The failure of backup generators used to pump cooling water caused explosions in at least three of the structures surrounding the station’s six reactors, as well as a fire in a pond containing spent fuel rods.

Water cannons, fire engines and helicopters were used to drench the plant yesterday. The dousing was stopped this afternoon as the effort replenished some water to the spent- fuel pools at the reactor, Air Self Defense Force Chief of Staff Shigeru Iwasaki said. Operations may resume this evening, Edano said.

Risk of Meltdown

The possibility of a meltdown is “not off the table, but the more water that goes in there,” the less the risk of a meltdown becomes,” Graham said. “The reactor situation is definitely not deteriorating as it was and seemingly becoming stable and perhaps becoming more under control.”

Engineers had finished laying a new 1-kilometer power line to Unit 2 at the plant, the UN’s International Atomic Energy Agency said in a statement on its website. Power will be restored to that unit once the spraying of water on Unit 3 ends today, the agency said. There is a potential risk of an explosion if the power is reconnected to the reactor, Japan’s Nuclear and Industrial Safety Agency said. The agency didn’t provide specific details.

If the cable can be linked successfully, power may be restored to reactors 3 and 4 on Sunday, Tepco spokesman Kaoru Yoshida said in a briefing to reporters. Radioactivity has declined to safe levels for workers at the site, Edano said.

The IAEA said the situation at the three loaded cores -- reactors No. 1, 2 and 3 -- has been “relatively stable” in the last 24 hours.
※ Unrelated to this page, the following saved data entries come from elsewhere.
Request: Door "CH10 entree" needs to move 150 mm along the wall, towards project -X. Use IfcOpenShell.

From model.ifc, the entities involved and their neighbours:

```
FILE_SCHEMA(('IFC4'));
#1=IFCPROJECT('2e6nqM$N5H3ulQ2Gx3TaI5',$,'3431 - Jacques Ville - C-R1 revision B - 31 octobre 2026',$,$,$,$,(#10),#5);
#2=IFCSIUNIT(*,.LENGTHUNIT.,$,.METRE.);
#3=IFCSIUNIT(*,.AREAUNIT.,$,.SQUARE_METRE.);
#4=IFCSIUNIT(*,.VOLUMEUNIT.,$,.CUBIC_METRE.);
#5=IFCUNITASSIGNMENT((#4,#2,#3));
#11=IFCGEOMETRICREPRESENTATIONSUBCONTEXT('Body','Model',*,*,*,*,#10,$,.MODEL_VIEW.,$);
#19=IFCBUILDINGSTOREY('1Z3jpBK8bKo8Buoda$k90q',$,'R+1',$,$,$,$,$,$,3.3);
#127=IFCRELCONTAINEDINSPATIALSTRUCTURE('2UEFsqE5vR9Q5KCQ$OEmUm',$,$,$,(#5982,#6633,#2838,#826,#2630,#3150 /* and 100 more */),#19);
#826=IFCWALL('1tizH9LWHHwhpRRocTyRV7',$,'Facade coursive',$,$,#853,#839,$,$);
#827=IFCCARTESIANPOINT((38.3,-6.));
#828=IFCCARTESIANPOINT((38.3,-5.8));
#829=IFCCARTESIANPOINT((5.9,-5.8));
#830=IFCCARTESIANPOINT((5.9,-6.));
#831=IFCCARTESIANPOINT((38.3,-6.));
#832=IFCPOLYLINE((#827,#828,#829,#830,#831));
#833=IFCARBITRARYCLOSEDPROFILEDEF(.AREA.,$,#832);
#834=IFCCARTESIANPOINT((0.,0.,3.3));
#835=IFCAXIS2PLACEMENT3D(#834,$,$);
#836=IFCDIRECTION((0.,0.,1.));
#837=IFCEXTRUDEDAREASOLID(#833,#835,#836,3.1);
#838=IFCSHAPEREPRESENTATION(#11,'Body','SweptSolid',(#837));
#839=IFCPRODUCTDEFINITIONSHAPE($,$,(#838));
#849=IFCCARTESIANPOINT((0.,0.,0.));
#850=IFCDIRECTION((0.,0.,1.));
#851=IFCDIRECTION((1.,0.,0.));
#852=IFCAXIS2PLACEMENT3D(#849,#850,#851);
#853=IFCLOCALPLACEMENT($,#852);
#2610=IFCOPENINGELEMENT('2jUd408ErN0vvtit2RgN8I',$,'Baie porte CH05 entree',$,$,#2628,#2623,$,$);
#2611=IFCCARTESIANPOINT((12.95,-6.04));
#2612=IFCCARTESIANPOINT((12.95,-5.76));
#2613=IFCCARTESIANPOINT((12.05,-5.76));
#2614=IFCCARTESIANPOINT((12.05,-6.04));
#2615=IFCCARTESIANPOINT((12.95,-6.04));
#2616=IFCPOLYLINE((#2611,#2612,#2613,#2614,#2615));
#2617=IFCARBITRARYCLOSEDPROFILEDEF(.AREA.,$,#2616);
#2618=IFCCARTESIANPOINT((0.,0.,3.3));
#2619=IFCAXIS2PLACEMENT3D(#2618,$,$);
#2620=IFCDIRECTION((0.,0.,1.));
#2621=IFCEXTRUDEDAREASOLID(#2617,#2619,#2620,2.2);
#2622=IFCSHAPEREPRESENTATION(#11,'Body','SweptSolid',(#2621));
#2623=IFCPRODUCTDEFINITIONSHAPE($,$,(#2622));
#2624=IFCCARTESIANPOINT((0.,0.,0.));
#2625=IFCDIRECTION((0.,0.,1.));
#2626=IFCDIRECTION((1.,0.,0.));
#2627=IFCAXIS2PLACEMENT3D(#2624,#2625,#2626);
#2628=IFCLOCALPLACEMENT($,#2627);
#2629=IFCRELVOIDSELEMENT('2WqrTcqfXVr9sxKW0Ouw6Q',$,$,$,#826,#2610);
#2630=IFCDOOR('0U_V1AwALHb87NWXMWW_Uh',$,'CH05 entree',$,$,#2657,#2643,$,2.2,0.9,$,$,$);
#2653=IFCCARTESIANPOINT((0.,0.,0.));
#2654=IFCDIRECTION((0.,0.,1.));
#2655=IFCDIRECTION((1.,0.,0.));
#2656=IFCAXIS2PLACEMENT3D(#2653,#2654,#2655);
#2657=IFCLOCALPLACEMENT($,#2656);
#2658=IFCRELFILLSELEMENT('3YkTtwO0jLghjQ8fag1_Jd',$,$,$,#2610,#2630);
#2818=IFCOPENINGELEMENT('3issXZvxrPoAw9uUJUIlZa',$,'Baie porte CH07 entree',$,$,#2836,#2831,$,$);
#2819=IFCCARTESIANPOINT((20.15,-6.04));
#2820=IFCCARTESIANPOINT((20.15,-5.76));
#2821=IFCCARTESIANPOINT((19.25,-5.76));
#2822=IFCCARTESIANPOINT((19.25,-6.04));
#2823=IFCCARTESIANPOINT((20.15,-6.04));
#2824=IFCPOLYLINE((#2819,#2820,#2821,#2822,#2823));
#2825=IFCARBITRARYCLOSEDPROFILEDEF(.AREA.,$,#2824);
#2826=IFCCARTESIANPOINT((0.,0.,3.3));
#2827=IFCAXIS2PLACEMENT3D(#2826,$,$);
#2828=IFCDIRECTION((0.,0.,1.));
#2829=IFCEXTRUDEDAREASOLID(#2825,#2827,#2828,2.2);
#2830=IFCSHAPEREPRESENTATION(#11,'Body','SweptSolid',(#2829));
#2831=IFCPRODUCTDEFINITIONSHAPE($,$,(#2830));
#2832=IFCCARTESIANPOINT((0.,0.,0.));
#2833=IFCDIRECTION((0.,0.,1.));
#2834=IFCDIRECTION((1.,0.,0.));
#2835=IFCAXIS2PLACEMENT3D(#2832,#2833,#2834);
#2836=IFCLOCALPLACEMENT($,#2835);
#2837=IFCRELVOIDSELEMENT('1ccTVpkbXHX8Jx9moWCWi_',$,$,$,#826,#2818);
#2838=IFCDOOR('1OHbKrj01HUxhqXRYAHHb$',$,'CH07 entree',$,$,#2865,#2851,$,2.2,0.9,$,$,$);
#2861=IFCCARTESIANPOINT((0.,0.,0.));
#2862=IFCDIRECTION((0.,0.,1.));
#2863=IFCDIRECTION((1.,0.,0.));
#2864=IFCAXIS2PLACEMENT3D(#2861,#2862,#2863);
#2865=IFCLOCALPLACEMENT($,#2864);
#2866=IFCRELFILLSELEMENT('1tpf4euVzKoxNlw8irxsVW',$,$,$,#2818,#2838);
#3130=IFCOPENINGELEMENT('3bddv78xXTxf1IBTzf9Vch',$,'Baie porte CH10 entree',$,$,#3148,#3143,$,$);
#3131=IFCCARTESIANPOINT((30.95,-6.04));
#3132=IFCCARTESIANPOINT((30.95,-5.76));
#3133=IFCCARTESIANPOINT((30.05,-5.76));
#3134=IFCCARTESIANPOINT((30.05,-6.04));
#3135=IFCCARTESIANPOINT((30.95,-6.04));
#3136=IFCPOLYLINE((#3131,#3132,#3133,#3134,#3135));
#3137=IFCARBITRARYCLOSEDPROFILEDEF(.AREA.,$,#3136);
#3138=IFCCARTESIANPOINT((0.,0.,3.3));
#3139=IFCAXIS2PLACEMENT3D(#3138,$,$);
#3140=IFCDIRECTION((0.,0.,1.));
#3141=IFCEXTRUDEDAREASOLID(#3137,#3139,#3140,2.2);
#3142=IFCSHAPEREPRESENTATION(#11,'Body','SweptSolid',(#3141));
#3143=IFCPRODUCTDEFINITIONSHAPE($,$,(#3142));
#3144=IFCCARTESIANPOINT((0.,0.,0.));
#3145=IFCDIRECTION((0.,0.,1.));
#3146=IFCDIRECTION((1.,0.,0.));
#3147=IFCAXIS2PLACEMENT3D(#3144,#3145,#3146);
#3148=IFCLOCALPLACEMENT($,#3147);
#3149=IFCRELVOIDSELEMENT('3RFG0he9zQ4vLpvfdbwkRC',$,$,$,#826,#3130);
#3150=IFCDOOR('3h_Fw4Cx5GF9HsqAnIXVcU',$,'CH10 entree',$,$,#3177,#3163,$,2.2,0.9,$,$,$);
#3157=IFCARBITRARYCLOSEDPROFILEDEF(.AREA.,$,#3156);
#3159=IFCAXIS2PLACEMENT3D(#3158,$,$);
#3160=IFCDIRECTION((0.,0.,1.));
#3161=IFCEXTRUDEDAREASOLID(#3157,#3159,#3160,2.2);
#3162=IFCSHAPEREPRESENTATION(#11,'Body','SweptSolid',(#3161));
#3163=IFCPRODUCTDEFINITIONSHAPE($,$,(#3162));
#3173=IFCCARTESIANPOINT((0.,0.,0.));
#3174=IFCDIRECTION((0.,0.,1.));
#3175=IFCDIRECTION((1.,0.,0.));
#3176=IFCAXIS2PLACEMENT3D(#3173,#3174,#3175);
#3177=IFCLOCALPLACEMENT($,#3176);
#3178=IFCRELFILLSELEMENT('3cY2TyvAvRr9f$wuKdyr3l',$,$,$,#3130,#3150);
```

```python
import ifcopenshell
import ifcopenshell.api.geometry
import ifcopenshell.util.placement

model = ifcopenshell.open("model.ifc")

door = model.by_guid("3h_Fw4Cx5GF9HsqAnIXVcU")
opening = door.FillsVoids[0].RelatingOpeningElement
wall = opening.VoidsElements[0].RelatingBuildingElement

wall_matrix = ifcopenshell.util.placement.get_local_placement(wall.ObjectPlacement)
shift = wall_matrix[:3, 0] * -0.15
before = ifcopenshell.util.placement.get_local_placement(door.ObjectPlacement)[:3, 3].copy()

# The door is not placed relative to its opening, so move both.
for product in (opening, door):
    matrix = ifcopenshell.util.placement.get_local_placement(product.ObjectPlacement)
    matrix[:3, 3] += shift
    ifcopenshell.api.geometry.edit_object_placement(model, product=product, matrix=matrix, is_si=False)

after = ifcopenshell.util.placement.get_local_placement(door.ObjectPlacement)[:3, 3]
print("door moved by", (after - before).round(3) + 0.0)

model.write("model-out.ifc")
```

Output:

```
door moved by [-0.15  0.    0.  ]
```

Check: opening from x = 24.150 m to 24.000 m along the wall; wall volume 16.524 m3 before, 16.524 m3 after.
All three units are damaged and lack cooling, Director Graham Andrew said yesterday at a briefing in Vienna. The situation remains “very serious,” he said.

Fuel Rods

The greatest risks at Fukushima may come from the spent fuel pools that sit on the top of the six reactors.

The Nuclear and Industrial Safety Agency said yesterday there is a possibility of no water at the No. 4 reactor’s spent-fuel cooling pool. If exposed to air, the fuel rods could decay, catch fire and spew radioactive materials into the air.

More than 320 workers were at the plant site yesterday. Tokyo Electric evacuated 750 employees on March 15 when radiation levels spiked.

“Monitors have shown large radiation numbers in some places, but as a whole the figures aren’t at level that are harmful to the human body,” Chief Cabinet Secretary Edano said today at a briefing.

A magnitude 9 earthquake rocked Japan one week ago, setting off a deadly tsunami. The combination of natural disasters cut electricity to the power plant and wrecked backup systems designed to protect the reactors and spent fuel pools from overheating.

As of 2 p.m. in Tokyo, the National Police Agency said 6,539 were killed in the disasters, 10,354 are reported missing, 2,513 were injured and 382,613 people have been evacuated. More than 536 aftershocks have been recorded by the U.S. Geological Survey.